Glenn Gould en Reforma

Para Mich Pastrana

Ni siquiera espero respuesta. O algún tipo de reacción. Escribo. Al hacerlo lo hago como si hablara conmigo en voz alta. Quizás bajo la lluvia. Pero con pensamientos. Hay que intentar hablar con pensamientos porque está demostrado que el lenguaje tiene terribles limitaciones. Ya nos lo habían advertido los lingüistas y no les hicimos caso. Hay fronteras invisibles donde se acaba el lenguaje.

Con los pensamientos no ocurre lo mismo. Quiero creer eso: que no ocurre lo mismo si los diriges adecuadamente. Si se trata de caballos desbocados no lo sé. Pero en su rapidez parecen galopar sobre las montañas. Y si los atrapas al vuelo mucho mejor. Caballos que vuelan nos suenan más a figuras mitológicas, y tal vez los pensamientos también lo sean.

Hasta antes del siglo XX nos hubiera parecido una locura. Eso de los pensamientos y el lenguaje paralelo que construyen desde sus cimientos más puros. Quiero decir: desde su naturaleza primigenia. Algún día se descubrirá la forma que teníamos para comunicarnos por medio de los pensamientos. Será tarde ya. Quizás toda forma de pensamiento quede tendida sobre el asfalto. Al menos una reflexión. Esta es la primera parte de la rapidez de los pensamientos y de cómo pueden atravesarte cuando menos lo esperas. Por eso son pensamientos.
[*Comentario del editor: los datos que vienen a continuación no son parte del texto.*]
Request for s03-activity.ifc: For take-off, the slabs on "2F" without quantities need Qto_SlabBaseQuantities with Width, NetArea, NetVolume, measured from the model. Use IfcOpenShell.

First a look at what the model holds.

```python
import ifcopenshell
import ifcopenshell.util.element
import ifcopenshell.util.unit

model = ifcopenshell.open("s03-activity.ifc")
print(model.schema)
for unit_type in ("LENGTHUNIT", "AREAUNIT", "VOLUMEUNIT"):
    print(unit_type, ifcopenshell.util.unit.calculate_unit_scale(model, unit_type))
storey = next(s for s in model.by_type("IfcBuildingStorey") if s.Name == "2F")
slabs = [e for e in ifcopenshell.util.element.get_decomposition(storey) if e.is_a("IfcSlab")]
for e in sorted(slabs, key=lambda e: e.id()):
    print(e.id(), e.is_a(), e.Name, list(ifcopenshell.util.element.get_psets(e, qtos_only=True)), sep=" | ")
```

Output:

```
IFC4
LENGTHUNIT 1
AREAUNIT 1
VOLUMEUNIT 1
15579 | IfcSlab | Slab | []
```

```python
import ifcopenshell
import ifcopenshell.api.pset
import ifcopenshell.geom
import ifcopenshell.util.element
import ifcopenshell.util.shape
import ifcopenshell.util.unit

model = ifcopenshell.open("s03-activity.ifc")
unit_scale = ifcopenshell.util.unit.calculate_unit_scale(model)
area_scale = ifcopenshell.util.unit.calculate_unit_scale(model, "AREAUNIT")
volume_scale = ifcopenshell.util.unit.calculate_unit_scale(model, "VOLUMEUNIT")
settings = ifcopenshell.geom.settings()

storey = next(s for s in model.by_type("IfcBuildingStorey") if s.Name == "2F")
slabs = [e for e in ifcopenshell.util.element.get_decomposition(storey) if e.is_a("IfcSlab")]

for e in sorted(slabs, key=lambda e: e.id()):
    if ifcopenshell.util.element.get_psets(e, qtos_only=True, should_inherit=False):
        continue
    # Geometry comes back in metres, in the element's own axes.
    shape = ifcopenshell.geom.create_shape(settings, e)
    values = {
        "Width": ifcopenshell.util.shape.get_z(shape.geometry) / unit_scale,
        "NetArea": ifcopenshell.util.shape.get_footprint_area(shape.geometry) / area_scale,
        "NetVolume": ifcopenshell.util.shape.get_volume(shape.geometry) / volume_scale,
    }
    qto = ifcopenshell.api.pset.add_qto(model, product=e, name="Qto_SlabBaseQuantities")
    ifcopenshell.api.pset.edit_qto(model, qto=qto, properties=values)
    print(e.id(), {k: round(v, 3) for k, v in values.items()})

model.write("s03-activity_updated.ifc")
```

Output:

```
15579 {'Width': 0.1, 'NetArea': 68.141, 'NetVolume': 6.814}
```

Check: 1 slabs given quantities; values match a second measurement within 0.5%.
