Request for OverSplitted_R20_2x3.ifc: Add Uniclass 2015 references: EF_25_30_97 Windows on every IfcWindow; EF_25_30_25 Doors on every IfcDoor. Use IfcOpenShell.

First a look at what the model holds.

```python
import ifcopenshell

model = ifcopenshell.open("OverSplitted_R20_2x3.ifc")
print(model.schema)
print("classifications:", [c.Name for c in model.by_type("IfcClassification")])
for ifc_class in ("IfcDoor", "IfcRoof", "IfcStair", "IfcWall", "IfcWindow"):
    print(ifc_class, len(model.by_type(ifc_class)))
```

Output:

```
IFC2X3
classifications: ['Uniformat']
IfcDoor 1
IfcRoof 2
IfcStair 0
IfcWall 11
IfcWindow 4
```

```python
import ifcopenshell
import ifcopenshell.api.classification

model = ifcopenshell.open("OverSplitted_R20_2x3.ifc")

# IFC2X3 requires Source and Edition and has no link from the project to the system.
system = model.create_entity("IfcClassification", Source="NBS", Edition="2015", Name="Uniclass 2015")

codes = {
    "IfcWindow": ("EF_25_30_97", "Windows"),
    "IfcDoor": ("EF_25_30_25", "Doors"),
}
for ifc_class, (code, name) in codes.items():
    products = model.by_type(ifc_class)
    ifcopenshell.api.classification.add_reference(
        model, products=products, classification=system, identification=code, name=name
    )
    print(code, len(products))

model.write("OverSplitted_R20_2x3-out.ifc")
```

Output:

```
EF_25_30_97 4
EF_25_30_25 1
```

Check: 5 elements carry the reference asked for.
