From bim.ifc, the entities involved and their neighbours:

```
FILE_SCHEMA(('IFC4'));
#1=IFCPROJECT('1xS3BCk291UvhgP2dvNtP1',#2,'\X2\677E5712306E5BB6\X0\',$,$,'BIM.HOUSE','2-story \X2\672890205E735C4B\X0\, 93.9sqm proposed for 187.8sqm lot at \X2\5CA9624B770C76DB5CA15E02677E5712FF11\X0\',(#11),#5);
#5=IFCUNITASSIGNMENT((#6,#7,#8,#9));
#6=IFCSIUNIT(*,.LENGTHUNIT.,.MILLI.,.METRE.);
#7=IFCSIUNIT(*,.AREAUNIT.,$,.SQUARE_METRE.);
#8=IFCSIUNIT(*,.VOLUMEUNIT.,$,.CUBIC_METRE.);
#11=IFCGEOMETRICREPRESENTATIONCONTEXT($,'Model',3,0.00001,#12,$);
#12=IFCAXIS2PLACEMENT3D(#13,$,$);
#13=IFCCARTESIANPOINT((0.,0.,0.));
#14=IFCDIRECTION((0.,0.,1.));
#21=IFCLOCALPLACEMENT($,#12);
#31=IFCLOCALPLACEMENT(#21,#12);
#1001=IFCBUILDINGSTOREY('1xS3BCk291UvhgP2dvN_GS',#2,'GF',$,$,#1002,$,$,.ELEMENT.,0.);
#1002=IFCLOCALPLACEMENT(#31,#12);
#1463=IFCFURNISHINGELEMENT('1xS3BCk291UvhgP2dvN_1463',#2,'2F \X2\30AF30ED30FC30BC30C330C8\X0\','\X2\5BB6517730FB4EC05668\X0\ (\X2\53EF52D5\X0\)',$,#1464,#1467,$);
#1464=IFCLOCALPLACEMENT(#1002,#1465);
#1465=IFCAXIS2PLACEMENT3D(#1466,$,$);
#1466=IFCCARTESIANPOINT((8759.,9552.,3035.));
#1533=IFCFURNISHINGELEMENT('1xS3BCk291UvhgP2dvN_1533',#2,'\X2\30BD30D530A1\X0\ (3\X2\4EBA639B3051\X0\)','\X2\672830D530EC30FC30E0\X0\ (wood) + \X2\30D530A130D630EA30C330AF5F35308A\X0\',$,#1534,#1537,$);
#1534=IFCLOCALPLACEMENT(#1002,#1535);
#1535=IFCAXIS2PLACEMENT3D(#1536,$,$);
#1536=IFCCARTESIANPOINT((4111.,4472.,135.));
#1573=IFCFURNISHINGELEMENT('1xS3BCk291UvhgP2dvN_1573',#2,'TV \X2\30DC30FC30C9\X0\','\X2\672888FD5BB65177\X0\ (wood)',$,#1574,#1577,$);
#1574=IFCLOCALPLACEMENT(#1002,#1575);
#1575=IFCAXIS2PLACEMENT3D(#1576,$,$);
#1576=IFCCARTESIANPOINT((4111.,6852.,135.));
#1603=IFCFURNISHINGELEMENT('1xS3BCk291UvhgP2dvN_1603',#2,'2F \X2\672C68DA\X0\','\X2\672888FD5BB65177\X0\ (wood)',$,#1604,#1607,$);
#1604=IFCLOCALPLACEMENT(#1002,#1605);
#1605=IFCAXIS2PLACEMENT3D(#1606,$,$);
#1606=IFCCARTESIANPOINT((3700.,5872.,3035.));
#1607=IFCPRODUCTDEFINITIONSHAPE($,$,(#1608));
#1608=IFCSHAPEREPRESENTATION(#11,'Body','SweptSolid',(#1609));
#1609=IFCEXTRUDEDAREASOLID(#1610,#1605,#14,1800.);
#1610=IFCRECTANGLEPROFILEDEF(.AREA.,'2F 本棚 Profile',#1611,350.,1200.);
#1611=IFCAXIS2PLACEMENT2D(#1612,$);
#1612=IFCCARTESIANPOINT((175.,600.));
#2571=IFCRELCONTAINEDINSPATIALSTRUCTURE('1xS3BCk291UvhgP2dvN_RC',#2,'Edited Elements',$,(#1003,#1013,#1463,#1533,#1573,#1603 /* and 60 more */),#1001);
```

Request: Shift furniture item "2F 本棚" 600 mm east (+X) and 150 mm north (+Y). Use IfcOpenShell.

```python
import ifcopenshell
import ifcopenshell.api.geometry
import ifcopenshell.util.placement
import ifcopenshell.util.unit

model = ifcopenshell.open("bim.ifc")
unit_scale = ifcopenshell.util.unit.calculate_unit_scale(model)

item = model.by_guid("1xS3BCk291UvhgP2dvN_1603")
matrix = ifcopenshell.util.placement.get_local_placement(item.ObjectPlacement)
matrix[0, 3] += 0.6 / unit_scale
matrix[1, 3] += 0.15 / unit_scale
ifcopenshell.api.geometry.edit_object_placement(model, product=item, matrix=matrix, is_si=False)

print(ifcopenshell.util.placement.get_local_placement(item.ObjectPlacement).round(3) + 0.0)

model.write("bim_v2.ifc")
```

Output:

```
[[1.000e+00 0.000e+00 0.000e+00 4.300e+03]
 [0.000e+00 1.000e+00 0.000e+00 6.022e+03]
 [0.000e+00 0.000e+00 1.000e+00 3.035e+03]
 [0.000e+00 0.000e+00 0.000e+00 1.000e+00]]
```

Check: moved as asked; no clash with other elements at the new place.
En la historia de la humanidad nos ocupamos de ideas. Nos hemos asombrado frente a las más brillantes. Nos hemos sentido más miserables frente a las más deleznables. Todas éstas relacionadas con algún tipo de poder. El del dinero. El de la arrogancia. El de la superioridad. En cambio los pensamientos son como misiles dirigidos hacia donde uno quiera. Es un chiste macabro lo de la comparación de los pensamientos con los misiles ahora que se habla tanto de ellos en los periódicos. Bien visto, su comparación radica en la poderosa destrucción de la que son capaces. Tanto los misiles como los pensamientos.

Es así como comienza esta historia. Lo anterior he querido que sirva tan sólo de preámbulo. Ignoro si lo he conseguido; de ser así, me festejo no por haberlo conseguido sino porque me ahorrará el trabajo de volver a leer lo que escribo. Si tanta confianza le otorgamos a las palabras, la misma confianza, luminosa y certera, deberíamos otorgarle a los pensamientos.

Bajo la lluvia hay miles de cosas que puedes hacer. Por ejemplo, te puedes divertir como niño y brincar entre los charcos mientras bailas teniendo como pareja a tu viejo paraguas. Por ejemplo, puedes correr, aunque eso sólo asegura que te mojarás de igual manera y quedarás como un tonto al intentar ocultarte de la lluvia. Mejor disfrutar. Me aventuro a caminar sobre avenida Reforma bajo la lluvia. Toda historia es propicia si lleva música en su vaivén y yo escojo el concierto para piano número cuatro de Rachmaninov. Lo sé: no es tan virtuoso como el tercero, pero tiene momentos de una belleza absoluta. Y entonces no sólo me veo abordado por la lluvia sino por algunos recuerdos que se cocinan al vapor. De entre ellos algunos sobresalen porque se me escapan, corren con su propio ritmo y alcanzan la categoría de pensamientos.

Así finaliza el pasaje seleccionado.